The US takes a different path
While the EU codifies deadlines in law, the US is running an ad hoc system. On June 30, the Trump administration lifted export controls on Anthropic's Fable 5 model, restoring public access after an 18-day suspension. The model had been pulled for security reasons. Commerce Secretary Howard Lutnick said his office worked with Anthropic to analyze and approve the model after implementing a new safeguard that blocks the jailbreak officials were worried about 99% of the time. In the remaining 1% of cases, the model's output only included previously discovered or already patched security flaws, according to Anthropic.
OpenAI went through a similar process with GPT-5.6 last week, releasing it to a small set of government-approved customers. The White House faces an August 2026 deadline, under a recent executive order, to create standardized benchmarks for evaluating the security risks of new AI models. That deadline has not been extended.
The difference between the EU and US approaches is stark. The EU sets fixed compliance dates and lets industry adapt. The US deals with each model individually, with no published criteria for what triggers a restriction or what satisfies the government. Anthropic's Fable 5 was blocked, then unblocked, based on private negotiations. The company says it worked closely with the Commerce Department's Center for AI Standards and Innovation. That is not a repeatable process. If you are an AI developer in the US, you have no way to know in advance whether your model will be approved for public release.
Practical steps for technical teams
Map your AI systems against the updated risk classifications. The definition changes in Omnibus VII mean some systems that were high-risk under the original Act may now be classed as low risk, especially if they are assistive rather than safety-critical. On the other hand, systems that generate synthetic faces or voices now fall under the new content prohibitions.
Prioritize watermarking readiness for December 2026. Even if your system is low risk, you need machine-readable labels on AI-generated output.

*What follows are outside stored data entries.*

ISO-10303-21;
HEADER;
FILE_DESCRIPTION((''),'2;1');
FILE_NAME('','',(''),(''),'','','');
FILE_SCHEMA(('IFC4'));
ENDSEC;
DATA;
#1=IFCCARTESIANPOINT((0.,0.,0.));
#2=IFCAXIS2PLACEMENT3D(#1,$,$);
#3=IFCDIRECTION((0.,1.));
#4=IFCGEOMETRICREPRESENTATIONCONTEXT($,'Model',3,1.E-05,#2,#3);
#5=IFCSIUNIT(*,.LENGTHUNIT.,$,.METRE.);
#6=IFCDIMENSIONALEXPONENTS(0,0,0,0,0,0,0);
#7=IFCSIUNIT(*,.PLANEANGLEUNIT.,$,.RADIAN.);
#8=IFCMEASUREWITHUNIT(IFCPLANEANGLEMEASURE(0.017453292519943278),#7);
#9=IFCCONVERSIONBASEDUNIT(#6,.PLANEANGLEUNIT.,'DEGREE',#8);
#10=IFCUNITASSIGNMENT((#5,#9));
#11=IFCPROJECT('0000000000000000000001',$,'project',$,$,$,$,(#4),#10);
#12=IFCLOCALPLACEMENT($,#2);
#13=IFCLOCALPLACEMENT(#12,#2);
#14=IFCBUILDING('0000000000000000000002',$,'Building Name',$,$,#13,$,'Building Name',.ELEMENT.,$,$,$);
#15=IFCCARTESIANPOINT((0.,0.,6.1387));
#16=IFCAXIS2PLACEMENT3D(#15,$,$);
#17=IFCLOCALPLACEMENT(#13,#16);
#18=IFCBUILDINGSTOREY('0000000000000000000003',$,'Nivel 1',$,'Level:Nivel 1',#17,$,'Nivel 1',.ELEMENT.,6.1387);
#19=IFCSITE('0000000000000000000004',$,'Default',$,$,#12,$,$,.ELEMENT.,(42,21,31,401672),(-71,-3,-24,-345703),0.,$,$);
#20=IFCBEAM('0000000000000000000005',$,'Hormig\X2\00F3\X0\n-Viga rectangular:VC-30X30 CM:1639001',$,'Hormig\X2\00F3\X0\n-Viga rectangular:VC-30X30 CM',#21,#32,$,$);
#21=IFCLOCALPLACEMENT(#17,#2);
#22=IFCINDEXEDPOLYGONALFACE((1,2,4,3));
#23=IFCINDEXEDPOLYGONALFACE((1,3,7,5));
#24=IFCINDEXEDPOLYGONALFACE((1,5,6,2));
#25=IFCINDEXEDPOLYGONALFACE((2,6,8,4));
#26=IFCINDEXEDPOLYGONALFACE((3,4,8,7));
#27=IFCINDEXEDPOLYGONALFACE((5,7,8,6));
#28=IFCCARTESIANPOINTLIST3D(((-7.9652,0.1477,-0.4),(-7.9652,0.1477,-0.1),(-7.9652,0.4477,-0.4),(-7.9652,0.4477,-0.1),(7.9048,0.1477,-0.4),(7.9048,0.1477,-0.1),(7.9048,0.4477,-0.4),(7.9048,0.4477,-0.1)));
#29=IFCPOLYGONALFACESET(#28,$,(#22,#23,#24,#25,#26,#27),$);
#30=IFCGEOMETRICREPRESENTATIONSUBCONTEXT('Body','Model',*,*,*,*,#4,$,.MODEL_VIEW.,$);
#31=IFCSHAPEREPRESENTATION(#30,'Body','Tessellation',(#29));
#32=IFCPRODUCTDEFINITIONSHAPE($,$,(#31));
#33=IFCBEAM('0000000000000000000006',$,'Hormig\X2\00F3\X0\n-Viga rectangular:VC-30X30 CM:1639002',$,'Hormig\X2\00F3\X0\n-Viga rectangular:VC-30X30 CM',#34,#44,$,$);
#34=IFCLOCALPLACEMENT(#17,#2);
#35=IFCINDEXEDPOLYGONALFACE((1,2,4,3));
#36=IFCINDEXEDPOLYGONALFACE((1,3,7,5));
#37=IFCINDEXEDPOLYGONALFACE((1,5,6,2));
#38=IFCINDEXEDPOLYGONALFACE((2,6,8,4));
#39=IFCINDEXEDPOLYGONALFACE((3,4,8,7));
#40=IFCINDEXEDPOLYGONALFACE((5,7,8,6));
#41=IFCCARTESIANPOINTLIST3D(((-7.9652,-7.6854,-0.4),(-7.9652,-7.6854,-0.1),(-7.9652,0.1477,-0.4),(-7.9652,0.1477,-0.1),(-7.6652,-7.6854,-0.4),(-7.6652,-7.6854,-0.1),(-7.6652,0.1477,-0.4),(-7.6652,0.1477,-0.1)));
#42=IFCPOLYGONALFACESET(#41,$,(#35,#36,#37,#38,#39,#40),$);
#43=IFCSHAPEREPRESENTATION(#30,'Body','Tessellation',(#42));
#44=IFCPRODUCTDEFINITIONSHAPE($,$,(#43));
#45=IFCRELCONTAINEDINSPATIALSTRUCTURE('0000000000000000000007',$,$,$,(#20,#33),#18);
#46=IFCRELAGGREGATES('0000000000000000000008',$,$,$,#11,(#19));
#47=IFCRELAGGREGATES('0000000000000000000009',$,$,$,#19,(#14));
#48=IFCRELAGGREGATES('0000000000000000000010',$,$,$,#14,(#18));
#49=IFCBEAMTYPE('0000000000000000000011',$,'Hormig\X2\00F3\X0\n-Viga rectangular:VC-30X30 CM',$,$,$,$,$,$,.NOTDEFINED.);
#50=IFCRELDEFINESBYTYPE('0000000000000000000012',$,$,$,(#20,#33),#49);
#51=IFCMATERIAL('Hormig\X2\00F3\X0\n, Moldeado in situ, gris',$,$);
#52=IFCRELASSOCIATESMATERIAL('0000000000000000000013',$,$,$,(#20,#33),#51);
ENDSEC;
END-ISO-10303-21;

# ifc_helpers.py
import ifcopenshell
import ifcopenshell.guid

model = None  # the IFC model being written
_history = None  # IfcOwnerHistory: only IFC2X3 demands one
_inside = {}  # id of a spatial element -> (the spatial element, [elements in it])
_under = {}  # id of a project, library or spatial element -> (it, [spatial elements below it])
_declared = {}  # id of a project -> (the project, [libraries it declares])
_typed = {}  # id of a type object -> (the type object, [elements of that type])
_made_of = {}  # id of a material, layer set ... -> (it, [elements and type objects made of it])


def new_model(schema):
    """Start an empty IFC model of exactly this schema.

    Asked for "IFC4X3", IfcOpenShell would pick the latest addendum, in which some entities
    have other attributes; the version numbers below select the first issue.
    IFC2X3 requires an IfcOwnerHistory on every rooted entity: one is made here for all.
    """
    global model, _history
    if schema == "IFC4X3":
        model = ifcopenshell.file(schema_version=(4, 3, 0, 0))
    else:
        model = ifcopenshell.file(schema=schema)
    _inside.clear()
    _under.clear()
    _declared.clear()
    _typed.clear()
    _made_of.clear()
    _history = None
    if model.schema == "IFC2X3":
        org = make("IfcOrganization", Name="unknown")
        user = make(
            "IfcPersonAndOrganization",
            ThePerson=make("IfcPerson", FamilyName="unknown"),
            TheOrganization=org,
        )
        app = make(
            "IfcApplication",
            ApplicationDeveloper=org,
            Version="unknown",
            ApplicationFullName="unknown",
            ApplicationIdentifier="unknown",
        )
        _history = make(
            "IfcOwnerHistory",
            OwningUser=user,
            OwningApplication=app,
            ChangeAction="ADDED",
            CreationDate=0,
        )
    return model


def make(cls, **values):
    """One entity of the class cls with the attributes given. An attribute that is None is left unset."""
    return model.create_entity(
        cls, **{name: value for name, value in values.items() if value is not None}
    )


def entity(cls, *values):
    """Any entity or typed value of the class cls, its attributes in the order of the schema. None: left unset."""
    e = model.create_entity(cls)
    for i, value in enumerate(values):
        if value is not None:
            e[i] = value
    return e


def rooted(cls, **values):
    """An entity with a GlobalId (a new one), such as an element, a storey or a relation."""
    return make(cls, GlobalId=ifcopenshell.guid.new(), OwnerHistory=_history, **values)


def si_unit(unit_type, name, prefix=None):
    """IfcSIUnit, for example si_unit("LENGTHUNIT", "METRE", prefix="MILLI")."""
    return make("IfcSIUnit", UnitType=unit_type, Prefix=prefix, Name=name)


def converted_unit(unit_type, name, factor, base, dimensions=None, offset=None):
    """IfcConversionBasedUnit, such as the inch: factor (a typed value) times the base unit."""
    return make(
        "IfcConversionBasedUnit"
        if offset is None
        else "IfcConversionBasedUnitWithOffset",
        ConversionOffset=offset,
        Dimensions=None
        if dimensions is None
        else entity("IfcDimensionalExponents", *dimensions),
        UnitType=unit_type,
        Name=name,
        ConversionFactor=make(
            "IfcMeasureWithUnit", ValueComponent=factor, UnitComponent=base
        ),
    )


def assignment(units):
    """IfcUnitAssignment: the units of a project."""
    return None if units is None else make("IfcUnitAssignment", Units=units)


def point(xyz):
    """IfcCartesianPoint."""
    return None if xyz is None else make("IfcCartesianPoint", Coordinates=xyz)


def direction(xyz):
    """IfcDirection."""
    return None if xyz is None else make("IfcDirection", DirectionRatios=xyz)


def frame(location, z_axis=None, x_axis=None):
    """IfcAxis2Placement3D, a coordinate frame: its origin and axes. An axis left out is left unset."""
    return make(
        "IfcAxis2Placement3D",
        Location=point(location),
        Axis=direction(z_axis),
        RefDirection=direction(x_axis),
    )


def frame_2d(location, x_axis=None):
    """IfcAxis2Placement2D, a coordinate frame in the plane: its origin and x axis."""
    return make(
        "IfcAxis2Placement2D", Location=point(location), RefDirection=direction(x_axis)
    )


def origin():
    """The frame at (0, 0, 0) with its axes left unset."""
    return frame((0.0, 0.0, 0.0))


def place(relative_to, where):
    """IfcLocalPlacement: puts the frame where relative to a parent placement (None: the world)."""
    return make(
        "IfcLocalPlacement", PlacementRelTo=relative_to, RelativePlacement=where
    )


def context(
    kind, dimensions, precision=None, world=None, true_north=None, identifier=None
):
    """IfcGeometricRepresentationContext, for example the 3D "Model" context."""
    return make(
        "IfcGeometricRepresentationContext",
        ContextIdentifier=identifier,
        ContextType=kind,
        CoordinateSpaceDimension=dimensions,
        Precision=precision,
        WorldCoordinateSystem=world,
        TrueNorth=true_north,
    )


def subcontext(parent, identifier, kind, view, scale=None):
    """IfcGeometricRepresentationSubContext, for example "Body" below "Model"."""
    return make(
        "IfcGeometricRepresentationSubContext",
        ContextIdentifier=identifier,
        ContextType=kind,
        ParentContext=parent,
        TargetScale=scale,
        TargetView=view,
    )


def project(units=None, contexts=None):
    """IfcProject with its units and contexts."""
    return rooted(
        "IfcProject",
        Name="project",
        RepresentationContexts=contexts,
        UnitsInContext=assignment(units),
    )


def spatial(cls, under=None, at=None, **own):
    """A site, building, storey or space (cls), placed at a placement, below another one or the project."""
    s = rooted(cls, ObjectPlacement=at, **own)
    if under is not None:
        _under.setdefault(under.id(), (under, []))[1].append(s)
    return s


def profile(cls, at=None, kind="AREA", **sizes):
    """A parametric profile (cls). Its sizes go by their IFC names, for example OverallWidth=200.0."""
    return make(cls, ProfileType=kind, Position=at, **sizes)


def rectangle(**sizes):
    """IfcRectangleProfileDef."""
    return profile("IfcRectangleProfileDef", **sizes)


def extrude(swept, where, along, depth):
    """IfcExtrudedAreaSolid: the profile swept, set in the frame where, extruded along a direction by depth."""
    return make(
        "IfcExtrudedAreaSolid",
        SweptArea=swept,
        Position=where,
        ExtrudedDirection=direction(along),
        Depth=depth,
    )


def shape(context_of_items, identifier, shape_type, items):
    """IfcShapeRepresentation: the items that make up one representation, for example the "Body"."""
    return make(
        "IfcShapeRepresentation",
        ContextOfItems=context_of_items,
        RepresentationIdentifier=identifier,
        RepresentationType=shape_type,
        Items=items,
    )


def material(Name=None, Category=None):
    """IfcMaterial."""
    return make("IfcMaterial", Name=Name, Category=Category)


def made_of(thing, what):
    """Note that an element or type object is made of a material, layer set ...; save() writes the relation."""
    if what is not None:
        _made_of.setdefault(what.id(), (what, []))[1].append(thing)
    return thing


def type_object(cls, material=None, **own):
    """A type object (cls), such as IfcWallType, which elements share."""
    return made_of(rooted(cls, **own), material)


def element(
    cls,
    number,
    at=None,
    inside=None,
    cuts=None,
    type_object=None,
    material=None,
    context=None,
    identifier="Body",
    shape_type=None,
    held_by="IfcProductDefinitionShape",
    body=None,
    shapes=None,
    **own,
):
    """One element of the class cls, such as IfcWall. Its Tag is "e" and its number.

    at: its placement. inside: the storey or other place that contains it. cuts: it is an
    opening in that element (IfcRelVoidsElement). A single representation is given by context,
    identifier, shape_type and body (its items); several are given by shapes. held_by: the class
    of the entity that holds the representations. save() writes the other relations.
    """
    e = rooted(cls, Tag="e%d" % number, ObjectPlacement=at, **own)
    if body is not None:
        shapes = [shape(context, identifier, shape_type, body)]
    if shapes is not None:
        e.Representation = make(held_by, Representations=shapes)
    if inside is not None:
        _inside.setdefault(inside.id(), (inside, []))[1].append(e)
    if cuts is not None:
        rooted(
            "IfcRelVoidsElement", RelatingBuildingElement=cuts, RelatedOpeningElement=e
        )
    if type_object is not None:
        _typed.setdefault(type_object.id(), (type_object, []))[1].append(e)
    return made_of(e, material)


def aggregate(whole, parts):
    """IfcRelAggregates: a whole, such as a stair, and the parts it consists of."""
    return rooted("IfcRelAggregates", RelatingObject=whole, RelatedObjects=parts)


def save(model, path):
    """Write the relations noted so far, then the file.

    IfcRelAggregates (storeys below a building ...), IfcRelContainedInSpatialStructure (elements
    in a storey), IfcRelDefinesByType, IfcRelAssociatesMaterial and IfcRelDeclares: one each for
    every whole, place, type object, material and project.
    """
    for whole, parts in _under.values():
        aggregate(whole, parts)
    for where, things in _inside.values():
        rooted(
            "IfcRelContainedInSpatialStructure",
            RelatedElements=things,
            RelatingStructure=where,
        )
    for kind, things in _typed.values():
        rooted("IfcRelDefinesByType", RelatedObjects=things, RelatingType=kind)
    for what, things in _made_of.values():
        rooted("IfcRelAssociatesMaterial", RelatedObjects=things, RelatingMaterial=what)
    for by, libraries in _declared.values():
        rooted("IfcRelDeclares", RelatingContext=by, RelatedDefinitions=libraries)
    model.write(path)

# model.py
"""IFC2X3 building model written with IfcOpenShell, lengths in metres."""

from ifc_helpers import new_model, entity, si_unit, converted_unit, direction, frame, frame_2d, origin, place, context, subcontext, project, spatial, rectangle, extrude, material, type_object, element, save


model = new_model("IFC2X3")

# Units and contexts
model_context = context("Model", 3, precision=1e-05, world=origin(), true_north=direction((0.0, 1.0)))
body_context = subcontext(model_context, "Body", "Model", "MODEL_VIEW")
ifc_project = project(units=[si_unit("LENGTHUNIT", "METRE"), converted_unit("PLANEANGLEUNIT", "DEGREE", entity("IfcPlaneAngleMeasure", 0.017453292519943278), si_unit("PLANEANGLEUNIT", "RADIAN"), dimensions=[0, 0, 0, 0, 0, 0, 0])], contexts=[model_context])

# Site, building, storey
site_placement = place(None, origin())
site = spatial("IfcSite", under=ifc_project, at=site_placement, Name="Default", CompositionType="ELEMENT", RefLatitude=(42, 21, 31, 401672), RefLongitude=(-71, -3, -24, -345703), RefElevation=0.0)
building_placement = place(site_placement, origin())
building = spatial("IfcBuilding", under=site, at=building_placement, Name="Building Name", LongName="Building Name", CompositionType="ELEMENT")
storey_placement = place(building_placement, frame((0.0, 0.0, 6.1387)))
storey = spatial("IfcBuildingStorey", under=building, at=storey_placement, Name="Nivel 1", ObjectType="Level:Nivel 1", LongName="Nivel 1", CompositionType="ELEMENT", Elevation=6.1387)

# Beams
ifc_material = material(Name="Hormigón, Moldeado in situ, gris")
beam_type = type_object("IfcBeamType", Name="Hormigón-Viga rectangular:VC-30X30 CM", PredefinedType="NOTDEFINED")
beam_1_placement = place(storey_placement, frame((-7.8152, 0.2977, -0.1)))
element("IfcBeam", 1, at=beam_1_placement, inside=storey, type_object=beam_type, material=ifc_material, Name="Hormigón-Viga rectangular:VC-30X30 CM:1639001", ObjectType="Hormigón-Viga rectangular:VC-30X30 CM", context=body_context, shape_type="SweptSolid", body=[
    extrude(rectangle(XDim=0.3, YDim=0.3, at=frame_2d((0.0, 0.0), x_axis=(1.0, 0.0))), frame((-0.15, 0.0, -0.15), z_axis=(1.0, 0.0, 0.0), x_axis=(0.0, 0.0, -1.0)), (0.0, 0.0, 1.0), 15.87),
])
beam_2_placement = place(storey_placement, frame((-7.8152, 0.2977, -0.1), z_axis=(0.0, 0.0, 1.0), x_axis=(0.0, -1.0, 0.0)))
element("IfcBeam", 2, at=beam_2_placement, inside=storey, type_object=beam_type, material=ifc_material, Name="Hormigón-Viga rectangular:VC-30X30 CM:1639002", ObjectType="Hormigón-Viga rectangular:VC-30X30 CM", context=body_context, shape_type="SweptSolid", body=[
    extrude(rectangle(XDim=0.3, YDim=0.3, at=frame_2d((0.0, 0.0), x_axis=(1.0, 0.0))), frame((0.15, 0.0, -0.15), z_axis=(1.0, 0.0, 0.0), x_axis=(0.0, 0.0, -1.0)), (0.0, 0.0, 1.0), 7.8332),
])

save(model, "model.ifc")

Test your pipeline with a reference implementation like the C2PA standard, which several browsers and social platforms already support.
If your company is an SME or SMC, verify that you qualify for exemptions. The lighter requirements save time and money, but you still need to document your classification. Do not assume you are exempt without checking the updated thresholds.
For bias correction, design your data collection procedures with the new personal data allowance in mind. Use synthetic or anonymized data where possible. Document the necessity of any real personal data processing.
Finally, monitor the August 2026 US deadline for the AI model benchmarking executive order. The outcome of that process will shape how frontier models are evaluated, and it may influence global norms. If the US adopts technically specific benchmarks, they could become de facto industry standards regardless of EU regulation.
I genuinely do not know whether the EU's structured delays or the US's case-by-case negotiations will produce better outcomes. The EU approach gives certainty but invites last-minute rushing. The US approach is flexible but arbitrary. Either way, the next six months will force every organization using AI to answer concrete questions about classification, labeling, and content safety. The old strategy of waiting and watching is no longer viable.